# DATASET RECORDS
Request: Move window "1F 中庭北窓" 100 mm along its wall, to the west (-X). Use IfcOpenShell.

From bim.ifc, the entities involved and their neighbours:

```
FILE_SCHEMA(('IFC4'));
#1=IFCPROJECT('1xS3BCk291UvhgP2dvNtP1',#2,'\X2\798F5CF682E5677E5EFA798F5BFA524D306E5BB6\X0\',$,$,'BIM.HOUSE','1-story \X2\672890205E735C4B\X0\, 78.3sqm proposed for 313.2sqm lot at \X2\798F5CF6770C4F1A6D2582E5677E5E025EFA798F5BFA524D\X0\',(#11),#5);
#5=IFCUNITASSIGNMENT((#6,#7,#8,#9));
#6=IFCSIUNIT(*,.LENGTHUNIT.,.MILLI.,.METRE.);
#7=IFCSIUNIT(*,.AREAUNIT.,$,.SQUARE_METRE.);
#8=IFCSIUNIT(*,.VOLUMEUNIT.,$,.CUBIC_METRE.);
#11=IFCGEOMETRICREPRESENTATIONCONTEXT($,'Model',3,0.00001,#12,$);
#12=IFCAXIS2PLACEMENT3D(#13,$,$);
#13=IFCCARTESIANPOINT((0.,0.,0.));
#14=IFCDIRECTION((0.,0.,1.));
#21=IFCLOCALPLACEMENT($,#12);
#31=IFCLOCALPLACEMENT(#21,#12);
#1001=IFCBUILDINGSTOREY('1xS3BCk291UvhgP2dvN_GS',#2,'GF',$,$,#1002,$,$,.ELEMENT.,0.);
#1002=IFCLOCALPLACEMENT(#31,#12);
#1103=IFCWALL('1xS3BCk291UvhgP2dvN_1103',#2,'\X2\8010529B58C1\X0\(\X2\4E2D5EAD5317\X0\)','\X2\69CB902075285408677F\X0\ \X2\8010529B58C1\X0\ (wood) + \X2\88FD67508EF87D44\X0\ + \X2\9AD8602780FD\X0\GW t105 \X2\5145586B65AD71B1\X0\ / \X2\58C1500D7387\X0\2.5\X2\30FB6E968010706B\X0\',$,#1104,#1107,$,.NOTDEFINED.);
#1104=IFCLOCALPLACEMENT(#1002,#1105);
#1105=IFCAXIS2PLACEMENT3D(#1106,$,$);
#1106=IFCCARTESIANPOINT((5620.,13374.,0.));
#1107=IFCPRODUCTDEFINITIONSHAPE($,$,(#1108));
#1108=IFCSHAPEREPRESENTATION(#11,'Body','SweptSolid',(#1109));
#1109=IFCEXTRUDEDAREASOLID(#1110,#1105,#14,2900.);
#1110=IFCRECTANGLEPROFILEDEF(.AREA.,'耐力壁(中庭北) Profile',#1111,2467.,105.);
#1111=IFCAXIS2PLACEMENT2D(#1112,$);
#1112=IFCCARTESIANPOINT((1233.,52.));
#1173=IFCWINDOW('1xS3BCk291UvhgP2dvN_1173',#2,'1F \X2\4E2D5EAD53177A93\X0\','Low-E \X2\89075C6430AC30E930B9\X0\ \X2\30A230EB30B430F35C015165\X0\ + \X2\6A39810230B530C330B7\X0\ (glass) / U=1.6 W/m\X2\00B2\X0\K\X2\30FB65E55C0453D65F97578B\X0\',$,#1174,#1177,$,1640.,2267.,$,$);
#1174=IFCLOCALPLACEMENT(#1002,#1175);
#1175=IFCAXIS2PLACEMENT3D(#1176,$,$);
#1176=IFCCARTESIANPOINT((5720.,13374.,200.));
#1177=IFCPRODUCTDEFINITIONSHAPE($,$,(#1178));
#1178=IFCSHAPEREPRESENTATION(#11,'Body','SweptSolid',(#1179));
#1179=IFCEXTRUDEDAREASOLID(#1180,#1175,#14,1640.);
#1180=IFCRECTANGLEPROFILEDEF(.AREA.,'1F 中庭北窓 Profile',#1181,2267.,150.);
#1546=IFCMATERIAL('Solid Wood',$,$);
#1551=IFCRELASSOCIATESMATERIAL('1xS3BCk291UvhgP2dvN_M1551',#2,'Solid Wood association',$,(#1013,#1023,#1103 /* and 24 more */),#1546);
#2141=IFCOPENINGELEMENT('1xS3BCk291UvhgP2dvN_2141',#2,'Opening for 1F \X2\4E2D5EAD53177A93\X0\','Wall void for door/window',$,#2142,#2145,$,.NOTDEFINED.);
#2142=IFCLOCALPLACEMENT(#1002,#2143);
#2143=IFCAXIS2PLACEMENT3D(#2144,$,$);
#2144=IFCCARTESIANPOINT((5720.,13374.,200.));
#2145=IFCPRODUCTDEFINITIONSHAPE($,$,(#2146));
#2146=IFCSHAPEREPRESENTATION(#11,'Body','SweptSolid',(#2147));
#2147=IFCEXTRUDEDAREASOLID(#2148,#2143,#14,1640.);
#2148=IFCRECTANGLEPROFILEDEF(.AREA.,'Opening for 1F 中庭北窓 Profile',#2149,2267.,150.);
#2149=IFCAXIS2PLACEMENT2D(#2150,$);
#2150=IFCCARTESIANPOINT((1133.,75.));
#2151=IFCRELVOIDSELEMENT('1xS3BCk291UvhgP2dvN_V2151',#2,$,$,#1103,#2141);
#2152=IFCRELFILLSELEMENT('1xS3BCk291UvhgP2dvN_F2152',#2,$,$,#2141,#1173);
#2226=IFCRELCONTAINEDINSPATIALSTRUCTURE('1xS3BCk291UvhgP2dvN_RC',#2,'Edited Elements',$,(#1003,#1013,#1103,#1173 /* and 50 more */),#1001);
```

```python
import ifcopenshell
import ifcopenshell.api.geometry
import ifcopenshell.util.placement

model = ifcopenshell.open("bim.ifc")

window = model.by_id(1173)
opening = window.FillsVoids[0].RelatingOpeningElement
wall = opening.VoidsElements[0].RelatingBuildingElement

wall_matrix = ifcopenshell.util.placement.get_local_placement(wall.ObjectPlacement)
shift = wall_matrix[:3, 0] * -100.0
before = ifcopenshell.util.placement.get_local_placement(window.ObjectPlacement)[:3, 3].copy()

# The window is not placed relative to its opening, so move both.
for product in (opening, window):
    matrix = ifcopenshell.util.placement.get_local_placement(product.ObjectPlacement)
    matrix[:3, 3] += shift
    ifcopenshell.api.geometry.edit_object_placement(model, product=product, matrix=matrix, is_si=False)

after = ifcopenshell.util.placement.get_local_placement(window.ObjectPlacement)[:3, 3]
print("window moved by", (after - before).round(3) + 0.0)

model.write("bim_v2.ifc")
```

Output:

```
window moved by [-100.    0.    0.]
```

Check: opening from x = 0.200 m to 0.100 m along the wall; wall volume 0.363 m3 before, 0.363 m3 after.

# WHAT TO DO
Read through the entries and copy each line in which "Profile" appears.

# TASK RESPONSE
#1110=IFCRECTANGLEPROFILEDEF(.AREA.,'耐力壁(中庭北) Profile',#1111,2467.,105.);
#1180=IFCRECTANGLEPROFILEDEF(.AREA.,'1F 中庭北窓 Profile',#1181,2267.,150.);
#2148=IFCRECTANGLEPROFILEDEF(.AREA.,'Opening for 1F 中庭北窓 Profile',#2149,2267.,150.);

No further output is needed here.